Project 5: Principal Component Analysis
Project due Friday night Mar 20, 2014
The purpose of this assignment is to integrate your PCA analysis into your display application.
- In your GUI, enable the user to pick a data file, execute a PCA analysis, store the result, and then create an entry in a listbox that links to the result. The basic capability should use all of the numeric columns of the selected data set. An extension is to allow the user to pick and choose columns.
- In your GUI, enable the user to select an analysis from the listbox and view the data projected onto the first three eigenvectors. An extension is to allow the user to pick the columns to plot.
- In your GUI, somehow enable the user to see the eigenvectors and eigenvalues of a selected PCA analysis. You can use plots, project the eigenvectors onto the original data, or just throw up a window with the numeric values in a table.
- Come up with an acronym or name for your program. Be creative. The success of your program may, in the end, be completely determined by how cool your acronym is. Then again, it's success may have something to do with the quality of your work. But it never hurts to have a cool name.

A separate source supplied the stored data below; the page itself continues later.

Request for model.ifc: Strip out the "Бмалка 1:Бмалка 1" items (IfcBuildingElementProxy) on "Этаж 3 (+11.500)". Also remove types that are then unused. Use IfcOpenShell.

First a look at what the model holds.

```python
import ifcopenshell
import ifcopenshell.util.element

model = ifcopenshell.open("model.ifc")
print(model.schema)
storey = next(s for s in model.by_type("IfcBuildingStorey") if s.Name == "Этаж 3 (+11.500)")
proxies = [e for e in ifcopenshell.util.element.get_decomposition(storey) if e.is_a("IfcBuildingElementProxy")]
seen = {}
for e in proxies:
    element_type = ifcopenshell.util.element.get_type(e)
    name = element_type.Name if element_type not in (None, e) else None
    seen[name] = seen.get(name, 0) + 1
for name, count in sorted(seen.items(), key=str):
    print(count, "x", name)
```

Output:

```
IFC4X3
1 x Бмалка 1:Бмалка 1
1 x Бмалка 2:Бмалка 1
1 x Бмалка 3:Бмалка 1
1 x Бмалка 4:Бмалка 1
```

```python
import ifcopenshell
import ifcopenshell.api.root
import ifcopenshell.util.element

model = ifcopenshell.open("model.ifc")

storey = next(s for s in model.by_type("IfcBuildingStorey") if s.Name == "Этаж 3 (+11.500)")
proxies = [e for e in ifcopenshell.util.element.get_decomposition(storey) if e.is_a("IfcBuildingElementProxy")]
targets = [e for e in proxies if (t := ifcopenshell.util.element.get_type(e)) not in (None, e) and t.Name == "Бмалка 1:Бмалка 1"]
types = {ifcopenshell.util.element.get_type(e) for e in targets} - {None, *targets}

for e in targets:
    ifcopenshell.api.root.remove_product(model, product=e)
print(len(targets), "removed")

unused = [t for t in types if not ifcopenshell.util.element.get_types(t)]
for t in unused:
    ifcopenshell.api.root.remove_product(model, product=t)
print(len(unused), "unused types removed")

model.write("model_edited.ifc")
```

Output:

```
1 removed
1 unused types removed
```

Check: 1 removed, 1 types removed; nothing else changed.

- Enable reading and writing PCA data as a CSV file. You will need to somehow store the eigenvectors, eigenvalues, and column averages along with the projected data. Note that there should be as many eigenvectors, eigenvalues, and means as there are columns of data.
- Add other features, like the ability to name an analysis.
- Enable the user to select which columns to use for the PCA analysis.
- Enable the user to select up to five columns from the PCA analysis to plot (x, y, z, color, size).
- Enable the user to select up to five columns, intermixed from the original data and the PCA analysis to plot.
- Demonstrate your system on your data from project 2.
- A super extension would be to plot the two or three eigenvectors on top of the data (like this image on the Wikipedia page for PCA). This will demonstrate visually how much of each of the displayed dimensions is "involved" in the eigenvectors. You will need to center the vectors at the mean of the data and then compute the endpoints using information about the direction of the vector its length, and the extents of the data in columns a, b, and c.
Writeup and Hand-in
Write a brief description of how you implemented the PCA algorithm and modified your Data and Application classes. Incorporate screen shots showing a visualization of the provided data set and another data set of your choice.
Once you have written up your assignment, give the page the label:
Put your code your private directory on Courses/CS251. Please make sure you are organizing your code by project. If you have any problems uploading the code, send the prof a zip file.